We can also compute the steady state properties by considering the end of the simulation. The last 50 time points are at steady state, so we will average over them.

print("mRNA mean copy number =", samples[:, -50:, 0].mean())
print("protein mean copy number =", samples[:, -50:, 1].mean())

print("\nmRNA variance =", samples[:, -50:, 0].std() ** 2)
print("protein variance =", samples[:, -50:, 1].std() ** 2)

print("\nmRNA CV =", samples[:, -50:, 0].std() / samples[:, -50:, 0].mean())
print(
    "protein CV =", samples[:, -50:, 1].std() / samples[:, -50:, 1].mean()
)

mRNA mean copy number = 5.088
protein mean copy number = 20.0698

mRNA variance = 4.879856
protein variance = 45.29532796

mRNA CV = 0.43416659008027403
protein CV = 0.335338687029306

Steady state

Finally, we can compute the steady state probability distributions. To plot them, we plot the empirical probability density function (EPDF) from the sampling.

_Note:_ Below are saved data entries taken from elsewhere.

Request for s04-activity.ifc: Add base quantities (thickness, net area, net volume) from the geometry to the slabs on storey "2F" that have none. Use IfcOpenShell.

First a look at what the model holds.

```python
import ifcopenshell
import ifcopenshell.util.element
import ifcopenshell.util.unit

model = ifcopenshell.open("s04-activity.ifc")
print(model.schema)
for unit_type in ("LENGTHUNIT", "AREAUNIT", "VOLUMEUNIT"):
    print(unit_type, ifcopenshell.util.unit.calculate_unit_scale(model, unit_type))
storey = next(s for s in model.by_type("IfcBuildingStorey") if s.Name == "2F")
slabs = [e for e in ifcopenshell.util.element.get_decomposition(storey) if e.is_a("IfcSlab")]
for e in sorted(slabs, key=lambda e: e.id()):
    print(e.id(), e.is_a(), e.Name, list(ifcopenshell.util.element.get_psets(e, qtos_only=True)), sep=" | ")
```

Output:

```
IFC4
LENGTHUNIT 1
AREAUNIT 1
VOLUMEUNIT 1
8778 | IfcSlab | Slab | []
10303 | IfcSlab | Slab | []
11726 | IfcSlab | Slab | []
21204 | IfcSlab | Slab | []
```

```python
import ifcopenshell
import ifcopenshell.api.pset
import ifcopenshell.geom
import ifcopenshell.util.element
import ifcopenshell.util.shape
import ifcopenshell.util.unit

model = ifcopenshell.open("s04-activity.ifc")
unit_scale = ifcopenshell.util.unit.calculate_unit_scale(model)
area_scale = ifcopenshell.util.unit.calculate_unit_scale(model, "AREAUNIT")
volume_scale = ifcopenshell.util.unit.calculate_unit_scale(model, "VOLUMEUNIT")
settings = ifcopenshell.geom.settings()

storey = next(s for s in model.by_type("IfcBuildingStorey") if s.Name == "2F")
slabs = [e for e in ifcopenshell.util.element.get_decomposition(storey) if e.is_a("IfcSlab")]

for e in sorted(slabs, key=lambda e: e.id()):
    if ifcopenshell.util.element.get_psets(e, qtos_only=True, should_inherit=False):
        continue
    # Geometry comes back in metres, in the element's own axes.
    shape = ifcopenshell.geom.create_shape(settings, e)
    values = {
        "Width": ifcopenshell.util.shape.get_z(shape.geometry) / unit_scale,
        "NetArea": ifcopenshell.util.shape.get_footprint_area(shape.geometry) / area_scale,
        "NetVolume": ifcopenshell.util.shape.get_volume(shape.geometry) / volume_scale,
    }
    qto = ifcopenshell.api.pset.add_qto(model, product=e, name="Qto_SlabBaseQuantities")
    ifcopenshell.api.pset.edit_qto(model, qto=qto, properties=values)
    print(e.id(), {k: round(v, 3) for k, v in values.items()})

model.write("s04-activity_updated.ifc")
```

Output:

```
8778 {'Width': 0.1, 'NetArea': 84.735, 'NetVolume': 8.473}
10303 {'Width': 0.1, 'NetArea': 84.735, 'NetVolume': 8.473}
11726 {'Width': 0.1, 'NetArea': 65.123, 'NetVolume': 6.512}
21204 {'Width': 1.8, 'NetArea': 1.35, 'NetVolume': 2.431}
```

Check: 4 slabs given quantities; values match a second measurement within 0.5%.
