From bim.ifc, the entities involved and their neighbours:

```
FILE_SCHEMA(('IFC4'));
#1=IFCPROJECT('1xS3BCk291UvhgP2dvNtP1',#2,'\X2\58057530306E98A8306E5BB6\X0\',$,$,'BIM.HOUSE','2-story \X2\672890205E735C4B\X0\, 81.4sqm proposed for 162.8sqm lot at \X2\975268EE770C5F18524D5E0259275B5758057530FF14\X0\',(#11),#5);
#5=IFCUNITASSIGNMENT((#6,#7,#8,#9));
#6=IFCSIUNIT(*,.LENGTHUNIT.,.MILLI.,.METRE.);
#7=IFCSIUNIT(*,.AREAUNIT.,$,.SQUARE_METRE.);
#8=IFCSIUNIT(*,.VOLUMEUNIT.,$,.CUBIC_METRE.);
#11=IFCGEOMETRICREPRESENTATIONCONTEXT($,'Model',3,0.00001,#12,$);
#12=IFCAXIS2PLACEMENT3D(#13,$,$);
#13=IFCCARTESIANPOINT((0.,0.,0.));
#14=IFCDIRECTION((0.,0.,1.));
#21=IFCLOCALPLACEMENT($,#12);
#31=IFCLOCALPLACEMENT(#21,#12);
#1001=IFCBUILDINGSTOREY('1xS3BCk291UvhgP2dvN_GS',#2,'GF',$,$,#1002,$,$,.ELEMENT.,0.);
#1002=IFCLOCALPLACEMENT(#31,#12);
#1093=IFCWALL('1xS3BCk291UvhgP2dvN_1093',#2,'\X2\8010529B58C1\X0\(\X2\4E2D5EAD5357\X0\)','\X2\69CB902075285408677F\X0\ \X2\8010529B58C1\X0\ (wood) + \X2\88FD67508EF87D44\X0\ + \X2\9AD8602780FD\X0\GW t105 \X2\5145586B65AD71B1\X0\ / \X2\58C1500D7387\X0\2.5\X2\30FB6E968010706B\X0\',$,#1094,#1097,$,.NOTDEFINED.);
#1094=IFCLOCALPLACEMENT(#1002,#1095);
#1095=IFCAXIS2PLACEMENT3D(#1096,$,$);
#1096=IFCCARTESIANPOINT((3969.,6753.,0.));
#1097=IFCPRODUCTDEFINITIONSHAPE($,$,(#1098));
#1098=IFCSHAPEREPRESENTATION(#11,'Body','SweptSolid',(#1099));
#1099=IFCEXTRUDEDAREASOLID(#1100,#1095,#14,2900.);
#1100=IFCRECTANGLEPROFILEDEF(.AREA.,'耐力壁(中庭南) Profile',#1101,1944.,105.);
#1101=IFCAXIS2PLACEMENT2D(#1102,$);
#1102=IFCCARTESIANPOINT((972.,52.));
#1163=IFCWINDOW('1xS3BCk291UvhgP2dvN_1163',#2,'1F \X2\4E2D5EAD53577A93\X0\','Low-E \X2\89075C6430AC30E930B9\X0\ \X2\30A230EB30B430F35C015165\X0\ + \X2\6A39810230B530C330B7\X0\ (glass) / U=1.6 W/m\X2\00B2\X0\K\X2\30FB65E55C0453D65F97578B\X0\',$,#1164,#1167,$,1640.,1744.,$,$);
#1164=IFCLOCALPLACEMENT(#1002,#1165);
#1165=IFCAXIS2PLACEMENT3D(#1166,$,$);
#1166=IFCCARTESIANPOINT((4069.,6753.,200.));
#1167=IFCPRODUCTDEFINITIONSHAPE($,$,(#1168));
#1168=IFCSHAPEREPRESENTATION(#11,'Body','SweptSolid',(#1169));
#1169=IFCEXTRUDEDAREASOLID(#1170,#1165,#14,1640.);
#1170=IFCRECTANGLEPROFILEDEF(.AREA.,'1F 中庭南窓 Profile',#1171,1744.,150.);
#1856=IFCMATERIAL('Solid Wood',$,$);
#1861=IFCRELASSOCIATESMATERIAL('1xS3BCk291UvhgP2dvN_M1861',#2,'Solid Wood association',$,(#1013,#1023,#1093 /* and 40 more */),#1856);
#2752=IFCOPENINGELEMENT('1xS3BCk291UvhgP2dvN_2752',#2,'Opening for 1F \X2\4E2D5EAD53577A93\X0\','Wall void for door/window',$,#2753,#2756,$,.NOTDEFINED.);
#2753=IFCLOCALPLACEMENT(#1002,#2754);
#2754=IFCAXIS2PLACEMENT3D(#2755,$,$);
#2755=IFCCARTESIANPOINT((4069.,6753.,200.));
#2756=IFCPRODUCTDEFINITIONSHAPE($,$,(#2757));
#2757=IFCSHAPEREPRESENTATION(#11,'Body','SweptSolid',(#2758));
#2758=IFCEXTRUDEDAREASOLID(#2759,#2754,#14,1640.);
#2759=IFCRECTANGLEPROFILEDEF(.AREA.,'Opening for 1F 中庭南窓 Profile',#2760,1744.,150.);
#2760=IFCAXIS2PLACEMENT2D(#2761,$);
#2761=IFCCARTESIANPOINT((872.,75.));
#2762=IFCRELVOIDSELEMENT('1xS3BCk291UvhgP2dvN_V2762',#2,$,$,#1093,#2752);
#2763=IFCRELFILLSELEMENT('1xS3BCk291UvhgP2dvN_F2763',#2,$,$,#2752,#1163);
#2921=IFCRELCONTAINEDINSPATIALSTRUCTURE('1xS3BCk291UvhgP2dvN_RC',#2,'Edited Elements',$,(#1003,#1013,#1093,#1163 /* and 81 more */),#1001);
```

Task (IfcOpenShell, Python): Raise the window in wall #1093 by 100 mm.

```python
import numpy as np
import ifcopenshell
import ifcopenshell.api.geometry
import ifcopenshell.util.placement
import ifcopenshell.util.unit

model = ifcopenshell.open("bim.ifc")
unit_scale = ifcopenshell.util.unit.calculate_unit_scale(model)

window = model.by_guid("1xS3BCk291UvhgP2dvN_1163")
opening = window.FillsVoids[0].RelatingOpeningElement
dz = 0.1 / unit_scale

shift = np.array([0.0, 0.0, dz])
# The window is not placed relative to its opening, so move both.
for product in (opening, window):
    matrix = ifcopenshell.util.placement.get_local_placement(product.ObjectPlacement)
    matrix[:3, 3] += shift
    ifcopenshell.api.geometry.edit_object_placement(model, product=product, matrix=matrix, is_si=False)

print(f"moved by {dz * unit_scale:+.3f} m")

model.write("bim-out.ifc")
```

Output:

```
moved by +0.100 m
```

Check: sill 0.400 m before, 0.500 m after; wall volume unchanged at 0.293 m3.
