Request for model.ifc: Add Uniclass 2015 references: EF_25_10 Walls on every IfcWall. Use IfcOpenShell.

First a look at what the model holds.

```python
import ifcopenshell

model = ifcopenshell.open("model.ifc")
print(model.schema)
print("classifications:", [c.Name for c in model.by_type("IfcClassification")])
for ifc_class in ("IfcDoor", "IfcRoof", "IfcStair", "IfcWall", "IfcWindow"):
    print(ifc_class, len(model.by_type(ifc_class)))
```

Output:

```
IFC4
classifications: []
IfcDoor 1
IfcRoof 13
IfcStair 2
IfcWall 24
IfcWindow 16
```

```python
import ifcopenshell
import ifcopenshell.api.classification

model = ifcopenshell.open("model.ifc")

system = ifcopenshell.api.classification.add_classification(model, classification="Uniclass 2015")

codes = {
    "IfcWall": ("EF_25_10", "Walls"),
}
for ifc_class, (code, name) in codes.items():
    products = model.by_type(ifc_class)
    ifcopenshell.api.classification.add_reference(
        model, products=products, classification=system, identification=code, name=name
    )
    print(code, len(products))

model.write("model_rev.ifc")
```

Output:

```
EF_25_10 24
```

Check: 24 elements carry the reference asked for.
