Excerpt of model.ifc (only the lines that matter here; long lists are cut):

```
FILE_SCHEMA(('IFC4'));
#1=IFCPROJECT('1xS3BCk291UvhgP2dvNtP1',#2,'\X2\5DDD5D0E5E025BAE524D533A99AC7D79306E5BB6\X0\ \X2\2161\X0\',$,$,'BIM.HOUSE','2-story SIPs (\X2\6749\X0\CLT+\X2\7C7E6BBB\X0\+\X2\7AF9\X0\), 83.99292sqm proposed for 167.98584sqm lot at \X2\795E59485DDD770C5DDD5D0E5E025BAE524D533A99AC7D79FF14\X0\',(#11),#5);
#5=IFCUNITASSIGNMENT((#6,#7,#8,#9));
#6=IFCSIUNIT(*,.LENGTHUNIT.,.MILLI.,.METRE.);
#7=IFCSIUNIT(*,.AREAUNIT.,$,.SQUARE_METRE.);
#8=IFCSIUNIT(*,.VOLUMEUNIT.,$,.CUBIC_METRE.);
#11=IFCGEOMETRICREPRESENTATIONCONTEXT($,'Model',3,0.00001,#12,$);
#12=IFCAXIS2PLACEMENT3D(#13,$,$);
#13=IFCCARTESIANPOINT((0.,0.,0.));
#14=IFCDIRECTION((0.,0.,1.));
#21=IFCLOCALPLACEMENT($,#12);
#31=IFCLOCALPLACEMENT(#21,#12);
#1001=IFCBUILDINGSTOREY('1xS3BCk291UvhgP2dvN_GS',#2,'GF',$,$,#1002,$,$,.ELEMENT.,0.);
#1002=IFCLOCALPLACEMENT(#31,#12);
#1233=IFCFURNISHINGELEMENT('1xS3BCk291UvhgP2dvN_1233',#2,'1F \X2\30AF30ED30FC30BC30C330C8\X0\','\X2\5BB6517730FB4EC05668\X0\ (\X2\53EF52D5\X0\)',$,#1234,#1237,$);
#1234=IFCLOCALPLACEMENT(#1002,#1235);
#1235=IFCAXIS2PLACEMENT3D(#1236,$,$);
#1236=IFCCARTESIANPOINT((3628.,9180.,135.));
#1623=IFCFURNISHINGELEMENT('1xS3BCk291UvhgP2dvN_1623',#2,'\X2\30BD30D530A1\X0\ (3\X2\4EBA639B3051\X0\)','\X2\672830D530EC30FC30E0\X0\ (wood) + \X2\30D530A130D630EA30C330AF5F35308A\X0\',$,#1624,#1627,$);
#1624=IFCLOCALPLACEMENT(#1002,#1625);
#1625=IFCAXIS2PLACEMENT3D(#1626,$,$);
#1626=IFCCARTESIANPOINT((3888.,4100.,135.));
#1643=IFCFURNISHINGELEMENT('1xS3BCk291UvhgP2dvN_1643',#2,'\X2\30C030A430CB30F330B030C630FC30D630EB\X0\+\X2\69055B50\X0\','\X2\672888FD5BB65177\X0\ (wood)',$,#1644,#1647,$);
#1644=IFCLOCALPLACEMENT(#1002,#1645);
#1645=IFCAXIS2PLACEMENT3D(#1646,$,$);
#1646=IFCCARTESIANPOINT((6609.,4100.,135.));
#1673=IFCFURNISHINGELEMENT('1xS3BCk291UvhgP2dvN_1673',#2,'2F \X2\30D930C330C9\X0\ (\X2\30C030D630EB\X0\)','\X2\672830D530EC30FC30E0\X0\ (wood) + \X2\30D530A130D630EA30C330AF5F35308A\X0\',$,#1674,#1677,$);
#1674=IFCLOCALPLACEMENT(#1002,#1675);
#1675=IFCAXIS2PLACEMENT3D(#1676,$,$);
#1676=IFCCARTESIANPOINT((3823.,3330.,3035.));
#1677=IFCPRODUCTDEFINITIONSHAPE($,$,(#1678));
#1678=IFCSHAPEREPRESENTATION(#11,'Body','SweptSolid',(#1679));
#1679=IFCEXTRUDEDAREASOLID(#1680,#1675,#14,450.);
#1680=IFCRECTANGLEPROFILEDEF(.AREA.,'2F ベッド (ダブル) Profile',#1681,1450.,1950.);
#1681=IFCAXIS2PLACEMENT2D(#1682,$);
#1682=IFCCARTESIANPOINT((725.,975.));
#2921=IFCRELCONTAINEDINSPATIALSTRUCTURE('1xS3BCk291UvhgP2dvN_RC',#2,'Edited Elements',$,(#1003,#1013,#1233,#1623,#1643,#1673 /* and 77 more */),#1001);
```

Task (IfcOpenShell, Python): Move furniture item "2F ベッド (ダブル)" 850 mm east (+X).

```python
import ifcopenshell
import ifcopenshell.api.geometry
import ifcopenshell.util.placement
import ifcopenshell.util.unit

model = ifcopenshell.open("model.ifc")
unit_scale = ifcopenshell.util.unit.calculate_unit_scale(model)

item = model.by_guid("1xS3BCk291UvhgP2dvN_1673")
matrix = ifcopenshell.util.placement.get_local_placement(item.ObjectPlacement)
matrix[0, 3] += 0.85 / unit_scale
ifcopenshell.api.geometry.edit_object_placement(model, product=item, matrix=matrix, is_si=False)

print(ifcopenshell.util.placement.get_local_placement(item.ObjectPlacement).round(3) + 0.0)

model.write("model-out.ifc")
```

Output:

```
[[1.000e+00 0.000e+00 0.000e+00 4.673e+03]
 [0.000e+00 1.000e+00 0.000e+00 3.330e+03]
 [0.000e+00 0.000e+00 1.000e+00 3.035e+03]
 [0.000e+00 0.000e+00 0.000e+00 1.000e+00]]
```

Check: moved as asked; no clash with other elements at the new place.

Question: steady state Which steady state would you expect for mRNA and proteins from the ODE? Once you have an answer, continue reading and let us check if they match.

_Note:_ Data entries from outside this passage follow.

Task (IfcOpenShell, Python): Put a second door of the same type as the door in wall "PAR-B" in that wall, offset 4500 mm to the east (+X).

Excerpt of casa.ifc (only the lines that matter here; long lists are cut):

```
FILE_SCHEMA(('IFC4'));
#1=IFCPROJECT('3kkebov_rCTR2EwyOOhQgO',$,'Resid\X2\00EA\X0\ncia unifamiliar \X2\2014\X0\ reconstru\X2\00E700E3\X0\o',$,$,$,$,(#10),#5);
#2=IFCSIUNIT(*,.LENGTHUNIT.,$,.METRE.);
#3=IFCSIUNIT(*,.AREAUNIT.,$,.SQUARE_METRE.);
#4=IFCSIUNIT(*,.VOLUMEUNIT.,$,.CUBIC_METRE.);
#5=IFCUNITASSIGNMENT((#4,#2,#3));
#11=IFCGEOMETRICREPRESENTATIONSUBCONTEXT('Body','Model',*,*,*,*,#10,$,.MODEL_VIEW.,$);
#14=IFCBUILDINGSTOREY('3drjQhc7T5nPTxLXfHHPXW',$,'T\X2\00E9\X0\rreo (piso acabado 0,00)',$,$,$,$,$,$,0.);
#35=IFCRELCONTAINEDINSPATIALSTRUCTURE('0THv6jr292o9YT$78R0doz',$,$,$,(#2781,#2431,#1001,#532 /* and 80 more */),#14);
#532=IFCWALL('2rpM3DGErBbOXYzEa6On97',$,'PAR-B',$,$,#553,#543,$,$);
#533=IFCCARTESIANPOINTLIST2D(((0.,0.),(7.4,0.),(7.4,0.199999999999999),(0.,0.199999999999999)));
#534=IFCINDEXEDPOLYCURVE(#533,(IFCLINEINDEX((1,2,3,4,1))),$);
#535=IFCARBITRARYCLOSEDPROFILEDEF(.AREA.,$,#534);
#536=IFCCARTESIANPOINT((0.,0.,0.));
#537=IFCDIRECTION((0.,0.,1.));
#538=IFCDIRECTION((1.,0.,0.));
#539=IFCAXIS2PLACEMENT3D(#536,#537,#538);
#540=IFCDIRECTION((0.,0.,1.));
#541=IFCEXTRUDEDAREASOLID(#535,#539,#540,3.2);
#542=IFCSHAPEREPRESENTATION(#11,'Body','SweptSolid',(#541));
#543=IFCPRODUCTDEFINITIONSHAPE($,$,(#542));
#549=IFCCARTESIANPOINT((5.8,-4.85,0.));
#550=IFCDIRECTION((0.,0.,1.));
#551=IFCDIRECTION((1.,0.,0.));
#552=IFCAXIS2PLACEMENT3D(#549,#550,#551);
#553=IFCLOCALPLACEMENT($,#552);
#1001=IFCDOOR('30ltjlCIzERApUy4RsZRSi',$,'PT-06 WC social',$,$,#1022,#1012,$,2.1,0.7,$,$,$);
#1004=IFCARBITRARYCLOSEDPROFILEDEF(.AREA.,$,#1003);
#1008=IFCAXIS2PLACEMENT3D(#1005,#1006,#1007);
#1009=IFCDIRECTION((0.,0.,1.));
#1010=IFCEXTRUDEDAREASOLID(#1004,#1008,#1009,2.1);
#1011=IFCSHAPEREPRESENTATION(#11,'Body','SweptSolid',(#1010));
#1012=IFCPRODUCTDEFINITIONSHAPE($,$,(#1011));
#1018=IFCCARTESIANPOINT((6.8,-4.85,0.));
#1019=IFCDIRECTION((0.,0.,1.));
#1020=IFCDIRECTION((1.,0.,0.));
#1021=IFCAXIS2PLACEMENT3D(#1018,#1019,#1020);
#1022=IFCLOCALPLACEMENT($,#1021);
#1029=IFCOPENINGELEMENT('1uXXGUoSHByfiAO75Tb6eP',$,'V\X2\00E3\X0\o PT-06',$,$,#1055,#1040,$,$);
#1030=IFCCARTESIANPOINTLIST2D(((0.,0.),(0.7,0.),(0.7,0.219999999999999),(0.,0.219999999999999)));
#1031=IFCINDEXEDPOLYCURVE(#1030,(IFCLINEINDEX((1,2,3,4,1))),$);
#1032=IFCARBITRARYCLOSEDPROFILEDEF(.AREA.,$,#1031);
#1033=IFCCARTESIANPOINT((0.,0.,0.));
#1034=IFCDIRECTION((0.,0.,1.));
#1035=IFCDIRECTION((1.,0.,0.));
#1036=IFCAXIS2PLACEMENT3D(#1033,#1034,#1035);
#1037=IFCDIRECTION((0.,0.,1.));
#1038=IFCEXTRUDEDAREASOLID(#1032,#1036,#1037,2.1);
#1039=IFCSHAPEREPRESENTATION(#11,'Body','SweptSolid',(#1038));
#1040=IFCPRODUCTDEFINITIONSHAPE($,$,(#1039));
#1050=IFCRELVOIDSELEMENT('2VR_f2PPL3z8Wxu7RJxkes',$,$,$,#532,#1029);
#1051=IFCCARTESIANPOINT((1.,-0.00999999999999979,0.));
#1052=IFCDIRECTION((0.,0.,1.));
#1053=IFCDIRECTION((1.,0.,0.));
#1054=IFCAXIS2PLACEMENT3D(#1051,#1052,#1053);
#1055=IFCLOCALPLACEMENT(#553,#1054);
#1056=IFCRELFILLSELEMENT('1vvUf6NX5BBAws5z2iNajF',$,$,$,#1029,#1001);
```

```python
import ifcopenshell
import ifcopenshell.api.feature
import ifcopenshell.api.geometry
import ifcopenshell.api.root
import ifcopenshell.geom
import ifcopenshell.util.element
import ifcopenshell.util.placement
import ifcopenshell.util.shape
import ifcopenshell.util.unit

model = ifcopenshell.open("casa.ifc")
unit_scale = ifcopenshell.util.unit.calculate_unit_scale(model)
settings = ifcopenshell.geom.settings()


def volume(element):
    """Net volume in cubic metres, openings subtracted."""
    shape = ifcopenshell.geom.create_shape(settings, element)
    return ifcopenshell.util.shape.get_volume(shape.geometry)


door = model.by_guid("30ltjlCIzERApUy4RsZRSi")
opening = door.FillsVoids[0].RelatingOpeningElement
wall = opening.VoidsElements[0].RelatingBuildingElement
before = volume(wall)
shift = ifcopenshell.util.placement.get_local_placement(wall.ObjectPlacement)[:3, 0] * 4.5 / unit_scale

# copy_class copies the void relationship, type, container and properties, but no geometry.
new_opening = ifcopenshell.api.root.copy_class(model, product=opening)
new_opening.Representation = ifcopenshell.util.element.copy_deep(
    model, opening.Representation, exclude=["IfcGeometricRepresentationContext", "IfcRepresentationMap"]
)
new_door = ifcopenshell.api.root.copy_class(model, product=door)
new_door.Representation = ifcopenshell.util.element.copy_deep(
    model, door.Representation, exclude=["IfcGeometricRepresentationContext", "IfcRepresentationMap"]
)
ifcopenshell.api.feature.add_filling(model, opening=new_opening, element=new_door)

for old, new in ((opening, new_opening), (door, new_door)):
    matrix = ifcopenshell.util.placement.get_local_placement(old.ObjectPlacement)
    matrix[:3, 3] += shift
    ifcopenshell.api.geometry.edit_object_placement(model, product=new, matrix=matrix, is_si=False)

after = volume(wall)

print(f"wall volume {before:.3f} -> {after:.3f} m3")

model.write("casa_updated.ifc")
```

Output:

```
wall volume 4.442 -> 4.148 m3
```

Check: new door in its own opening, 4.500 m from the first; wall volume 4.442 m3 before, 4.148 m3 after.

A Poisson distribution with this mean has been overlayed for mRNA.

def epdf(vals: np.ndarray, xlabel: str) -> None:
    plt.xlabel(xlabel)
    plt.hist(vals, density=True)

# expected mean
beta_m = example_crn["rate_constants"][0]
gamma_m = example_crn["rate_constants"][1]
mrna_mean = beta_m / gamma_m

# empirical distribution
plt.figure(figsize=figsize)
epdf(samples[:, -50:, 0].flatten(), xlabel="mRNA copy number")
x = np.arange(int(mrna_mean * 3))

# expected distribution
plt.plot(x, st.poisson.pmf(x, mrna_mean), 'o', color="orange")

As we expect, the mRNA copy number matches a Poisson distribution with mean \(\beta_m / \gamma_m\). You now have the basic tools for Gillespie simulations: define a CRN and an initial state, and call gillespie_ssa.